Saved data entries
____

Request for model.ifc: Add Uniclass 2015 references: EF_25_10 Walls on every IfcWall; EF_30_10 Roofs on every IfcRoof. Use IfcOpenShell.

First a look at what the model holds.

```python
import ifcopenshell

model = ifcopenshell.open("model.ifc")
print(model.schema)
print("classifications:", [c.Name for c in model.by_type("IfcClassification")])
for ifc_class in ("IfcDoor", "IfcRoof", "IfcStair", "IfcWall", "IfcWindow"):
    print(ifc_class, len(model.by_type(ifc_class)))
```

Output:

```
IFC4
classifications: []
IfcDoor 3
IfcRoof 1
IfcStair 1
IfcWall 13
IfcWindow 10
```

```python
import ifcopenshell
import ifcopenshell.api.classification

model = ifcopenshell.open("model.ifc")

system = ifcopenshell.api.classification.add_classification(model, classification="Uniclass 2015")

codes = {
    "IfcWall": ("EF_25_10", "Walls"),
    "IfcRoof": ("EF_30_10", "Roofs"),
}
for ifc_class, (code, name) in codes.items():
    products = model.by_type(ifc_class)
    ifcopenshell.api.classification.add_reference(
        model, products=products, classification=system, identification=code, name=name
    )
    print(code, len(products))

model.write("model_rev.ifc")
```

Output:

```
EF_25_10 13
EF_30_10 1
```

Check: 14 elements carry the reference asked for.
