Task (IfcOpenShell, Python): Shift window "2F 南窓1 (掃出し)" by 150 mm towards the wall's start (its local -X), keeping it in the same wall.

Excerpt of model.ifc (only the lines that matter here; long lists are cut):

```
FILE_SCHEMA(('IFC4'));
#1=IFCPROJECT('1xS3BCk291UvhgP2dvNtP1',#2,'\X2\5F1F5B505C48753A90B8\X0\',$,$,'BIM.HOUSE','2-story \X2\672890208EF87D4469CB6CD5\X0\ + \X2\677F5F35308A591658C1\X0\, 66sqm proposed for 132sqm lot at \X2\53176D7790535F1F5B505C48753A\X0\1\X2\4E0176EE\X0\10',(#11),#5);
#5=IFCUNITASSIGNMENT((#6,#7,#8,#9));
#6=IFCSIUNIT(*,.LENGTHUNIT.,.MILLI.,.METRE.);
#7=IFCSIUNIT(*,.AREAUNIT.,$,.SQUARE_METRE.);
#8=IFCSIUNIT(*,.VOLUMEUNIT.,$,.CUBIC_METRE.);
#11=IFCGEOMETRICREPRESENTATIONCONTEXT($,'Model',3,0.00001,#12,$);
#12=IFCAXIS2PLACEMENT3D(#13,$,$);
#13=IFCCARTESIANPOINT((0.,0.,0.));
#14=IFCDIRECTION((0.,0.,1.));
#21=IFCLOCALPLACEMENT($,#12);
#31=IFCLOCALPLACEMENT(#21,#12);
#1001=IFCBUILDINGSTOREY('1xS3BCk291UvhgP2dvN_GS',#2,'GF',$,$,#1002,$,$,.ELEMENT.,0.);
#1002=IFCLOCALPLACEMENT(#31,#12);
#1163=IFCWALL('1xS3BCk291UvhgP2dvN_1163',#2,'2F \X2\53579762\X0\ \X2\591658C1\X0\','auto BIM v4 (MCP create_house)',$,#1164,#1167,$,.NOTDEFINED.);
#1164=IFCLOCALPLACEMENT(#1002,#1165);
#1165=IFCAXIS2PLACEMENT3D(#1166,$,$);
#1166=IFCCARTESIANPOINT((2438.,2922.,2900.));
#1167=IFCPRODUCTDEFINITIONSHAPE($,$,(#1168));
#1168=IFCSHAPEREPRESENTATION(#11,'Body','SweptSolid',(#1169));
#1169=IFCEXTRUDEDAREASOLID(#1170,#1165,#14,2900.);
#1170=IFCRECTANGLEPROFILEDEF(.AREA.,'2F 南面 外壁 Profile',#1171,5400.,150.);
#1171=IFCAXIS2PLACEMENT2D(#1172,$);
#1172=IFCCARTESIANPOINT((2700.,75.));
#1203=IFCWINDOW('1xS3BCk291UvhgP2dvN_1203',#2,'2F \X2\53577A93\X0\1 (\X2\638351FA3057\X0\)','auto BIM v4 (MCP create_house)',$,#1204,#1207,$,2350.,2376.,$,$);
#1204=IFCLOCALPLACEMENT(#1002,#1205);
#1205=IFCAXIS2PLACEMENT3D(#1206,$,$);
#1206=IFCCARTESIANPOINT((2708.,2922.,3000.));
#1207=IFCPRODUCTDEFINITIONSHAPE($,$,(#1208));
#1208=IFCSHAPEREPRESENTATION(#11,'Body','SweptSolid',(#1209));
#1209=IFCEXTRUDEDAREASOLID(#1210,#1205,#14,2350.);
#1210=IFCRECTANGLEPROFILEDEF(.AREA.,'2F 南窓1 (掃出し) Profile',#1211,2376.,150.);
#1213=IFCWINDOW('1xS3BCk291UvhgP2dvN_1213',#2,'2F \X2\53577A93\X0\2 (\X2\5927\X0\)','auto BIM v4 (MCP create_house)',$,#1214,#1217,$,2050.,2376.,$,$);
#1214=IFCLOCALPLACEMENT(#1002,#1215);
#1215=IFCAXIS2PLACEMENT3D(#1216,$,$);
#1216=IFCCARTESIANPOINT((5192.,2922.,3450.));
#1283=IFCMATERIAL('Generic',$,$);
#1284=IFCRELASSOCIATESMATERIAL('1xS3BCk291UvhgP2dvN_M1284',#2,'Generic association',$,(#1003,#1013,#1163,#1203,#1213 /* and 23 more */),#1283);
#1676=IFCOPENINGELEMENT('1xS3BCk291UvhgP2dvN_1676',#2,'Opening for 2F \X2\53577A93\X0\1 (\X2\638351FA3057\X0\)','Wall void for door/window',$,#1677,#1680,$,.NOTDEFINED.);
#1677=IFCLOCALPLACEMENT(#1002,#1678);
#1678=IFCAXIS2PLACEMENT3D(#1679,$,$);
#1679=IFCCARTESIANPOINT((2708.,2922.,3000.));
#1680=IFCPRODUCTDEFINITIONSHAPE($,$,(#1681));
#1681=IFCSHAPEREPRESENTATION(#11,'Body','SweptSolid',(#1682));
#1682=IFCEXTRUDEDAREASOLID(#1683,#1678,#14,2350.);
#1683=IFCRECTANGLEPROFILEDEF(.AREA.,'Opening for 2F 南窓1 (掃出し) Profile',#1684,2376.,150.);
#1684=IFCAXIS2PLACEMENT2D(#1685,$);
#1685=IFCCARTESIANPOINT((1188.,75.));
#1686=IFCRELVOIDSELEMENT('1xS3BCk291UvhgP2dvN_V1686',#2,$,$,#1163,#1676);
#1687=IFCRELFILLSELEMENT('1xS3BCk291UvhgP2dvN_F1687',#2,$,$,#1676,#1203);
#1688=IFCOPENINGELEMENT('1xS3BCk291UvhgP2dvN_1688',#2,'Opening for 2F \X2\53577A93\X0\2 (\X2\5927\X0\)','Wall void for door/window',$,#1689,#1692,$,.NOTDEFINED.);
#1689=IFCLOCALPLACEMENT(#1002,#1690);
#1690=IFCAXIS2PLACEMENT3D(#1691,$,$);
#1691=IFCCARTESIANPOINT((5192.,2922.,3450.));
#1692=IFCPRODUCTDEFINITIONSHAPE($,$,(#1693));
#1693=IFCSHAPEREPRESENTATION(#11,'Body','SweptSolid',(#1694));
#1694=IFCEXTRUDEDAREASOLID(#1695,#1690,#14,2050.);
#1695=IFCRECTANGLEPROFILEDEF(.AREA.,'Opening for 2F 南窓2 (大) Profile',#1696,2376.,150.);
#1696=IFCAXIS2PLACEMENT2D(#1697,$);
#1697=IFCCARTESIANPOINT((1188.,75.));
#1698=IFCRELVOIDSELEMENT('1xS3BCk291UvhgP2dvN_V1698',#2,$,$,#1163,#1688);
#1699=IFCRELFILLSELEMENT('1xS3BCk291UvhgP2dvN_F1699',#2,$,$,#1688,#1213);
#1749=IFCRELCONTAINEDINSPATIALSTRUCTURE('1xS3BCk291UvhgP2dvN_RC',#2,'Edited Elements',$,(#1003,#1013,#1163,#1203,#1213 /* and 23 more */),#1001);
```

```python
import ifcopenshell
import ifcopenshell.api.geometry
import ifcopenshell.util.placement
import ifcopenshell.util.unit

model = ifcopenshell.open("model.ifc")
unit_scale = ifcopenshell.util.unit.calculate_unit_scale(model)

window = model.by_guid("1xS3BCk291UvhgP2dvN_1203")
opening = window.FillsVoids[0].RelatingOpeningElement
wall = opening.VoidsElements[0].RelatingBuildingElement

wall_matrix = ifcopenshell.util.placement.get_local_placement(wall.ObjectPlacement)
shift = wall_matrix[:3, 0] * -0.15 / unit_scale
before = ifcopenshell.util.placement.get_local_placement(window.ObjectPlacement)[:3, 3].copy()

# The window is not placed relative to its opening, so move both.
for product in (opening, window):
    matrix = ifcopenshell.util.placement.get_local_placement(product.ObjectPlacement)
    matrix[:3, 3] += shift
    ifcopenshell.api.geometry.edit_object_placement(model, product=product, matrix=matrix, is_si=False)

after = ifcopenshell.util.placement.get_local_placement(window.ObjectPlacement)[:3, 3]
print("window moved by", (after - before).round(3) + 0.0)

model.write("model_updated.ifc")
```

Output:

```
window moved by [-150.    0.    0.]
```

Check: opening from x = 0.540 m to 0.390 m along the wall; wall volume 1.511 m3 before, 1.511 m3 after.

____

Exercise details: All lines with the word "Generic" are needed; pull them from the entries and copy each.

Response area:
#1283=IFCMATERIAL('Generic',$,$);
#1284=IFCRELASSOCIATESMATERIAL('1xS3BCk291UvhgP2dvN_M1284',#2,'Generic association',$,(#1003,#1013,#1163,#1203,#1213 /* and 23 more */),#1283);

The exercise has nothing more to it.